Cognição social: estrutura e avaliação de um superconstruto

Quando pensamos em cognição social no campo da neuropsicologia ou psicologia, muitas vezes nos referimos a conceitos tais como empatia, reconhecimento de expressões emocionais, faciais, teoria da mente ou mentalização, etc.; no entanto, nem sempre temos uma ideia geral clara, ou um modelo sob o qual relacionar essas construções, e, a partir daí, organizar nosso trabalho de avaliação e tratamento de pessoas com déficits de cognição social.
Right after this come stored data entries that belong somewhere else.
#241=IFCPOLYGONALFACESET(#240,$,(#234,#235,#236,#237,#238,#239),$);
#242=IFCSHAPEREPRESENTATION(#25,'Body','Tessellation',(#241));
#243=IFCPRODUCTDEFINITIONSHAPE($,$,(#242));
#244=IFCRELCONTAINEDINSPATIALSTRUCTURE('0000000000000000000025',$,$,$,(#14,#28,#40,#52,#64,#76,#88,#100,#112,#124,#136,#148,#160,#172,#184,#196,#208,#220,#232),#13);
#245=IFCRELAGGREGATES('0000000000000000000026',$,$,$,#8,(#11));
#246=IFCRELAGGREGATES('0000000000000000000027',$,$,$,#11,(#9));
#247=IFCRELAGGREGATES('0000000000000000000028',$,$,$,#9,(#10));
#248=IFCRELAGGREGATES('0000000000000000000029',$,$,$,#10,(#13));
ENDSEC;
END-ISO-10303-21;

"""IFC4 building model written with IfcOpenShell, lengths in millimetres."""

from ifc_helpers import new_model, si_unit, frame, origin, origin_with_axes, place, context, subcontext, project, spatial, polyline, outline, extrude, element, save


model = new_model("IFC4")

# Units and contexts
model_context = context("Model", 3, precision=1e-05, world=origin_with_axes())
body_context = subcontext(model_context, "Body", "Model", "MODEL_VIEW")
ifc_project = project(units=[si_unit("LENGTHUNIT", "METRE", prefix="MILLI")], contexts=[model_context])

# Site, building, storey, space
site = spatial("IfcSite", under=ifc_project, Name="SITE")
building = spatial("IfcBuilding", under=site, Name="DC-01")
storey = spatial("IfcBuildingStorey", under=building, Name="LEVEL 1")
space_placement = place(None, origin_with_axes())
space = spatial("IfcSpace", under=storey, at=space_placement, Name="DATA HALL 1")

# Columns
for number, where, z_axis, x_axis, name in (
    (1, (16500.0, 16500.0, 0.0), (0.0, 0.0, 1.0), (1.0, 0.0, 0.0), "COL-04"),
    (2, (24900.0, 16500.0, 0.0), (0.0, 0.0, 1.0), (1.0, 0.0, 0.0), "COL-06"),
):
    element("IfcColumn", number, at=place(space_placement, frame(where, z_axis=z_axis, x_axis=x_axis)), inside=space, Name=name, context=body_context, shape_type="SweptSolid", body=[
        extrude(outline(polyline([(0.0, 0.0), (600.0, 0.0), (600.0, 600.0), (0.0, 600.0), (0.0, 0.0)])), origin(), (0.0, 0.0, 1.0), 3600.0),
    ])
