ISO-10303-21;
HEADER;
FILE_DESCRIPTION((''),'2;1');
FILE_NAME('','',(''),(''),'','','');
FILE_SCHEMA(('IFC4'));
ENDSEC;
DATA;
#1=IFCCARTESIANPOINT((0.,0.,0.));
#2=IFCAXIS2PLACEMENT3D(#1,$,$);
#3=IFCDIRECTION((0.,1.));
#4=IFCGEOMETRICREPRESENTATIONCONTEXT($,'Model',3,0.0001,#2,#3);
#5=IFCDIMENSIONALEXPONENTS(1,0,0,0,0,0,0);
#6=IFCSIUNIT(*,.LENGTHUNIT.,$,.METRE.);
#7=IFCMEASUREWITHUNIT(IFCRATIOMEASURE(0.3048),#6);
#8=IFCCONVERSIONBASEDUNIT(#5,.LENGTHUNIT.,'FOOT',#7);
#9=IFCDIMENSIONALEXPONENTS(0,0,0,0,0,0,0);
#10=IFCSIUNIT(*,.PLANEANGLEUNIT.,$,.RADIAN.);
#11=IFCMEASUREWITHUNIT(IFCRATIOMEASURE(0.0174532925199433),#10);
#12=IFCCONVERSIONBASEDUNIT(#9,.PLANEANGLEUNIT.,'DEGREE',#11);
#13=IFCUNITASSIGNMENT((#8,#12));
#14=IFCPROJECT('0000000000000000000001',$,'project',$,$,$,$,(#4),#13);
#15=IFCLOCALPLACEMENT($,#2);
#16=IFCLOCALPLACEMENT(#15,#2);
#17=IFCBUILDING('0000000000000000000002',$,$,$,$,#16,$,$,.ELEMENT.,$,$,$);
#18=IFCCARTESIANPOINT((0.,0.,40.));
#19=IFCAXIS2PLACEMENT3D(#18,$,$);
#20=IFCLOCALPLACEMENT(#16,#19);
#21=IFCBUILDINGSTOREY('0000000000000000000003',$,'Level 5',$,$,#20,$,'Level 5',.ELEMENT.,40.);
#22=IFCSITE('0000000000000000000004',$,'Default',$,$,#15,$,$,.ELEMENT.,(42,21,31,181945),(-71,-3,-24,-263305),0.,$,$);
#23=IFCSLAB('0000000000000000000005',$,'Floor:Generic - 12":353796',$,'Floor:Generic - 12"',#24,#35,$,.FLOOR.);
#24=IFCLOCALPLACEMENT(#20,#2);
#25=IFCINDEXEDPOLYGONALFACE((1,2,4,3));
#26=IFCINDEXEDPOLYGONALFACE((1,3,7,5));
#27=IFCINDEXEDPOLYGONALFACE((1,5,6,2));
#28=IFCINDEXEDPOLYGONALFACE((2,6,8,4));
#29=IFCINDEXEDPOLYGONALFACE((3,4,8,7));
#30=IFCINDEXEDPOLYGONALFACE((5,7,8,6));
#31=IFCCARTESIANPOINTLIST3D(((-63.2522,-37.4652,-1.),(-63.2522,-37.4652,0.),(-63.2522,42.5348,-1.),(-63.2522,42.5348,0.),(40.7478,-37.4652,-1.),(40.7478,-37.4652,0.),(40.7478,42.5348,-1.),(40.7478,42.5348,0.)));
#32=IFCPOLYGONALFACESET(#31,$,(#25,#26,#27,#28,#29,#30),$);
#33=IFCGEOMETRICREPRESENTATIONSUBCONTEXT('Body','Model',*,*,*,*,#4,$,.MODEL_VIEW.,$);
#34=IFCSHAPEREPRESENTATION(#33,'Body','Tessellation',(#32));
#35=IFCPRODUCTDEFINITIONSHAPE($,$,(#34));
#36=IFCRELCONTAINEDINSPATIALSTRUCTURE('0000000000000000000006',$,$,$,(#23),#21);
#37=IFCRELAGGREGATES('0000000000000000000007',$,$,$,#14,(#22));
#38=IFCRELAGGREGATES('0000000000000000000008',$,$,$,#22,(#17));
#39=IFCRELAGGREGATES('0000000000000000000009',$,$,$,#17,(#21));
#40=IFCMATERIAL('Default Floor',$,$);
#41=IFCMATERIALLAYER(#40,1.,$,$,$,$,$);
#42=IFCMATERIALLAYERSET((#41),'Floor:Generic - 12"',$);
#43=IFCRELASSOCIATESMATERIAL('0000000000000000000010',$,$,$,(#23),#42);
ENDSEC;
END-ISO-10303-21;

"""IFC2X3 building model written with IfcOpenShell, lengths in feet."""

from ifc_helpers import new_model, entity, si_unit, converted_unit, direction, frame, origin, origin_2d_with_axis, place, context, subcontext, project, spatial, rectangle, extrude, material, layer, layer_set, layer_usage, element, save


model = new_model("IFC2X3")

# Units and contexts
model_context = context("Model", 3, precision=0.0001, world=origin(), true_north=direction((0.0, 1.0)))
body_context = subcontext(model_context, "Body", "Model", "MODEL_VIEW")
ifc_project = project(units=[converted_unit("LENGTHUNIT", "FOOT", entity("IfcRatioMeasure", 0.3048), si_unit("LENGTHUNIT", "METRE"), dimensions=[1, 0, 0, 0, 0, 0, 0]), converted_unit("PLANEANGLEUNIT", "DEGREE", entity("IfcRatioMeasure", 0.0174532925199433), si_unit("PLANEANGLEUNIT", "RADIAN"), dimensions=[0, 0, 0, 0, 0, 0, 0])], contexts=[model_context])

# Site, building, storey
site_placement = place(None, origin())
site = spatial("IfcSite", under=ifc_project, at=site_placement, Name="Default", CompositionType="ELEMENT", RefLatitude=(42, 21, 31, 181945), RefLongitude=(-71, -3, -24, -263305), RefElevation=0.0)
building_placement = place(site_placement, origin())
building = spatial("IfcBuilding", under=site, at=building_placement, CompositionType="ELEMENT")
storey_placement = place(building_placement, frame((0.0, 0.0, 40.0)))
storey = spatial("IfcBuildingStorey", under=building, at=storey_placement, Name="Level 5", LongName="Level 5", CompositionType="ELEMENT", Elevation=40.0)

# Slab
ifc_material = material(Name="Default Floor")
ifc_layer = layer(ifc_material, 1.0)
ifc_layer_set = layer_set([ifc_layer], Name="Floor:Generic - 12\"")
ifc_layer_usage = layer_usage(ifc_layer_set, "AXIS3", "POSITIVE", 0.0)
slab_placement = place(storey_placement, origin())
element("IfcSlab", 1, at=slab_placement, inside=storey, material=ifc_layer_usage, Name="Floor:Generic - 12\":353796", ObjectType="Floor:Generic - 12\"", PredefinedType="FLOOR", context=body_context, shape_type="SweptSolid", body=[
    extrude(rectangle(XDim=80.0, YDim=104.0, at=origin_2d_with_axis()), frame((-11.2522, 2.5348, 0.0), z_axis=(0.0, 0.0, -1.0), x_axis=(0.0, 1.0, 0.0)), (0.0, 0.0, 1.0), 1.0),
])

save(model, "model.ifc")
Embora os modelos holísticos e detalhados de cognição social sejam escassos nas pesquisas atuais [1], há um consenso, no qual se afirma que a cognição social é um sistema de processamento de informação, no qual há múltiplas funções básicas envolvidas, as quais nos permitem que tenhamos um determinado comportamento social [1].

Quais são as funções básicas incluídas pela cognição social e como elas se relacionam entre si para dar origem a um comportamento social?

A partir de uma recente revisão de Sánchez-Cubillo, Tirapu-Ustárroz e Adrover-Roig [1], e do modelo de fluxo do processamento socioemocional de Ochsner [2], fez-se uma publicação que resume o conceito, a estrutura e alguns testes de avaliação da cognição social: uma superconstrução.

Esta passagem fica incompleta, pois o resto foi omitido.